On Sunday, Dec. 18, the press office of the Tribunal in the Hague sent me a message. This surprised me because the court has dispersed for Christmas on Friday and will reconvene sometime in mid-January. The e-mail begins with a warning: “Exclusively for the use of the media. Not an official document.” Then came the message’s actual content:
The Tribunal’s Duty Judge O-Gon Kwon issued today an Order in the (Slobodan) Milosevic case which states the following: “The use, publication, dissemination, copying, distribution, summarizing or in any other way making use of or transmitting the contents of the “Prosecution’s Application for an Order filed on 9 December 2005” is prohibited. Judge O-Gon Kwon also states that noncompliance with his Order may lead to proceedings for contempt of the Tribunal. This is pretty tough, because what the judge means is that anyone who may have received a copy of the Application is under obligation not to pass this document on to others and should take steps to avoid the risk of doing so by destroying the document or returning it to the Tribunal. It is the responsibility of the recipients “to avoid accidental publication or use of the material in any way.” A violation of this order could lead to contempt-of-court proceedings.
This is how far the narcissism of the prosecutor of a powerful court can go. I am amazed that none of the media pointed to this absurd pronouncement related to the Slobodan Milosevic case. The moment one reads this, questions begin to sprout. What is it that the prosecutor wrote, signed and sent to the Tribunal? How can an international judge expect that more than a week after the application was filed (one in which nobody seemed to be interested) suddenly decide to forbid everybody on Mother Earth from discussing it?

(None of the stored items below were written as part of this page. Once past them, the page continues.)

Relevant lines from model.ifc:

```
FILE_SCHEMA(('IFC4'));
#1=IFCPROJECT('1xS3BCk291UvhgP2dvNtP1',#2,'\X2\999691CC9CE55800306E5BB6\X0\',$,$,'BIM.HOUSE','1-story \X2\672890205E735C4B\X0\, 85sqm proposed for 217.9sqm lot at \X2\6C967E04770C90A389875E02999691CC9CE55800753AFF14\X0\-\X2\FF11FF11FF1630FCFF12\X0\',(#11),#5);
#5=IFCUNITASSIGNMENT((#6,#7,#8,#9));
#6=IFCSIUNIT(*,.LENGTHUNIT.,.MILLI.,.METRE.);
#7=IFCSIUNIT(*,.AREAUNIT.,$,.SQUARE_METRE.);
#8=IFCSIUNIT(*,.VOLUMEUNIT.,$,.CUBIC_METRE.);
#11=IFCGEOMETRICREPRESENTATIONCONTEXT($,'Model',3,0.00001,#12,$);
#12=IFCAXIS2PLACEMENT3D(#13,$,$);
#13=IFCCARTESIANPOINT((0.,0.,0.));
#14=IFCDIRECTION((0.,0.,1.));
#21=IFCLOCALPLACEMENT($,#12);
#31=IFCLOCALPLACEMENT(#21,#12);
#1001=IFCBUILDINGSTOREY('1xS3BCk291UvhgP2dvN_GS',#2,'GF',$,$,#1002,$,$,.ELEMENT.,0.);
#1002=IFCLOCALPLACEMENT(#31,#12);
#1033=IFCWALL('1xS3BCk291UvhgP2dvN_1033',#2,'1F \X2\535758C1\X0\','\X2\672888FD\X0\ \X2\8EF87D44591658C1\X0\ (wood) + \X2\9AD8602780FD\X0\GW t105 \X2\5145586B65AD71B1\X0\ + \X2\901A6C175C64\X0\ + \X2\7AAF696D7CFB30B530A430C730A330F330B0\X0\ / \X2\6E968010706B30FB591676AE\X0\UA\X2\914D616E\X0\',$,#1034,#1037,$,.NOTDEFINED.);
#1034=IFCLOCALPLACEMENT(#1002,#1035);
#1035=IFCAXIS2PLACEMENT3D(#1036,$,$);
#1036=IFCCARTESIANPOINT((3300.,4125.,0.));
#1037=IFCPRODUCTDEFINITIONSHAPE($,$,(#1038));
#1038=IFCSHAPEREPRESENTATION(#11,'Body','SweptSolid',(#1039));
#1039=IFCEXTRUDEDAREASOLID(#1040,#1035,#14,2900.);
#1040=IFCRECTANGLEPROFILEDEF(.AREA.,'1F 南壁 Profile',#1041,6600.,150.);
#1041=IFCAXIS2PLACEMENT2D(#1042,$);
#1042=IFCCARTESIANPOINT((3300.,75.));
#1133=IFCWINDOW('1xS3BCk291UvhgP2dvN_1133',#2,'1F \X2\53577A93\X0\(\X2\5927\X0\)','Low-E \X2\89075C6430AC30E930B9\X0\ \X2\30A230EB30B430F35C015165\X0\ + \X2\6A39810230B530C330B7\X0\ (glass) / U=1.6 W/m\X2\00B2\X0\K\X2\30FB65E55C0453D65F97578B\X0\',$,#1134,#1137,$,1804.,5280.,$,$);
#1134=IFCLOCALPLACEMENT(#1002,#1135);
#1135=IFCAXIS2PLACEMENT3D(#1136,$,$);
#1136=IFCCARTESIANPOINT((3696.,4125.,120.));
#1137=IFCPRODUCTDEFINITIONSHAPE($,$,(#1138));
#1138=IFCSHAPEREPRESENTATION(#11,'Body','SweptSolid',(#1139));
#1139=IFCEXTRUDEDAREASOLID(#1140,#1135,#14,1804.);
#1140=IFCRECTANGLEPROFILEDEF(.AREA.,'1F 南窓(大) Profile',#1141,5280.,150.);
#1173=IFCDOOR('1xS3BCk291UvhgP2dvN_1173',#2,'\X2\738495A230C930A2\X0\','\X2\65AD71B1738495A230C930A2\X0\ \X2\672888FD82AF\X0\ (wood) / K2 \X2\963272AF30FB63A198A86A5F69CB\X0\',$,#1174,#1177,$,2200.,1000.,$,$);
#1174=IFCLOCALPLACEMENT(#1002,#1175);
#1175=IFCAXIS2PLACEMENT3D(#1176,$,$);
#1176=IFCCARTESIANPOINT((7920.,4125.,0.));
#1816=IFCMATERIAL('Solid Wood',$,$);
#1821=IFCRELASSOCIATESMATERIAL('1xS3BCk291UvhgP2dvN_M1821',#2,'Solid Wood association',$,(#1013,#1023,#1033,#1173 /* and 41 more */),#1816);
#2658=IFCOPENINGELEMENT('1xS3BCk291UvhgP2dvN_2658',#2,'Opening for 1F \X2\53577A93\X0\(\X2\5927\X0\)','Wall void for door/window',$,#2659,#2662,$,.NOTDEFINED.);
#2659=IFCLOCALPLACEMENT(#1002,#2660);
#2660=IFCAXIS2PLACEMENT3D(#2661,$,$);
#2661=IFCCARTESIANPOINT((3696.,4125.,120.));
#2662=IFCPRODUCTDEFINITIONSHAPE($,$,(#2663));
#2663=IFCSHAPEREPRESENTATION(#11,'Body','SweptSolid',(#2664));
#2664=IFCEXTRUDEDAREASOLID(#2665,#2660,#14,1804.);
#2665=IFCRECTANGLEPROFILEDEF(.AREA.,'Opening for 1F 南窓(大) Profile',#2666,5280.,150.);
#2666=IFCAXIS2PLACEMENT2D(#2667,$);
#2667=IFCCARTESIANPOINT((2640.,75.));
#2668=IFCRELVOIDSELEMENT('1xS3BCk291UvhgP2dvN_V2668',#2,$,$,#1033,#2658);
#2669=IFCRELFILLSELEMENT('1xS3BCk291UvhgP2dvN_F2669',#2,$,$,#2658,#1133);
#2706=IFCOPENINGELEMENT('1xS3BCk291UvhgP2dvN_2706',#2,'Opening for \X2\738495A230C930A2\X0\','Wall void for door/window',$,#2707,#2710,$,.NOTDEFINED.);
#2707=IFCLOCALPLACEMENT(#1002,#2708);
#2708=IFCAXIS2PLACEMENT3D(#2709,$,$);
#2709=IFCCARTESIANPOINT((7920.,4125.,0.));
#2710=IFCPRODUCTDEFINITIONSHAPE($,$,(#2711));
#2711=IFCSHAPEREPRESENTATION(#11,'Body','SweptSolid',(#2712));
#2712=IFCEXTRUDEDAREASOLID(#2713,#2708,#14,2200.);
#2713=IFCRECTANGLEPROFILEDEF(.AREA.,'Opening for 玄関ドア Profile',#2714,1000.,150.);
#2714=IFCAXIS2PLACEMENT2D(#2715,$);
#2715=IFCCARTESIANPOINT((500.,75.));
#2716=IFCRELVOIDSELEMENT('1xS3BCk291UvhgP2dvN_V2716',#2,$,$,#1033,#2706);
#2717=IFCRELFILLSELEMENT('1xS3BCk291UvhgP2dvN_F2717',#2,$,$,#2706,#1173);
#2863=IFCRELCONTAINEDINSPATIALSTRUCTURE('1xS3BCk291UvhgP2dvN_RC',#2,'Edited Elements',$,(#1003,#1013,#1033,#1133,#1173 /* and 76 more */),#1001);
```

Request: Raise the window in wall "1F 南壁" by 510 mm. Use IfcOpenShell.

```python
import numpy as np
import ifcopenshell
import ifcopenshell.api.geometry
import ifcopenshell.util.placement
import ifcopenshell.util.unit

model = ifcopenshell.open("model.ifc")
unit_scale = ifcopenshell.util.unit.calculate_unit_scale(model)

window = model.by_guid("1xS3BCk291UvhgP2dvN_1133")
opening = window.FillsVoids[0].RelatingOpeningElement
dz = 0.51 / unit_scale

shift = np.array([0.0, 0.0, dz])
# The window is not placed relative to its opening, so move both.
for product in (opening, window):
    matrix = ifcopenshell.util.placement.get_local_placement(product.ObjectPlacement)
    matrix[:3, 3] += shift
    ifcopenshell.api.geometry.edit_object_placement(model, product=product, matrix=matrix, is_si=False)

print(f"moved by {dz * unit_scale:+.3f} m")

model.write("model_rev.ifc")
```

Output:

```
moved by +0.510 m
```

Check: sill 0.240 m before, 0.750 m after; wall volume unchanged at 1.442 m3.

The next reaction is to ask what inflated the document’s secrecy value so high so quickly? What did prosecutor Carla del Ponte sign that the public could know about for nine days and then be ordered to forget and never to speak about? Why such a threat of heavy legal penalty by the Tribunal? All the people on dear Mother Earth are forbidden to speculate about the document written on Dec. 9. This (implied) stance of the Tribunal is so absurd that it mocks the institution.
When this sort of flagrant nonsense happens in the capital of world justice, when not a single voice is risen to question the validity of this order, one wonders what can happen elsewhere? Wiretapping appears benign when compared to the threat publicly issued by judge O-Gon Kwong of the UN ICTY. What is wrong with this woman, Carla del Ponte? Where are the big solicitors’ names, the Moskowitses, the Vladimirovs, the Spongs and the others who wield heavy artillery within Dutch legal circles? Where is the American Bar Association? Where is the cabal of Blogcritics writers?
In my modest opinion, this is what erodes the trust and support of law and order in the eyes of the general and often ignorant public. This sort of absurdity drives people away from government institutions. These sorts of gaffes need to be addressed before the damage settles in as yet another example of whimsicality of justices and legal institutions, before the quick-tempered or offended decide to express themselves via means other than blogging. This funny Tribunal allowed itself too many blunders for the Security Council to further tolerate the blatant politicking and legal incompetence of the prosecutor and the relaxed attitudes of many judges. They already cost the UN (read the US) more than $1 billion dollars.
If Barbara Bush was in the White House, she could have said enough is enough. Now, her son can do it. Cut this Tribunal and wiretapping, let the people speak unhindered, Mr. President!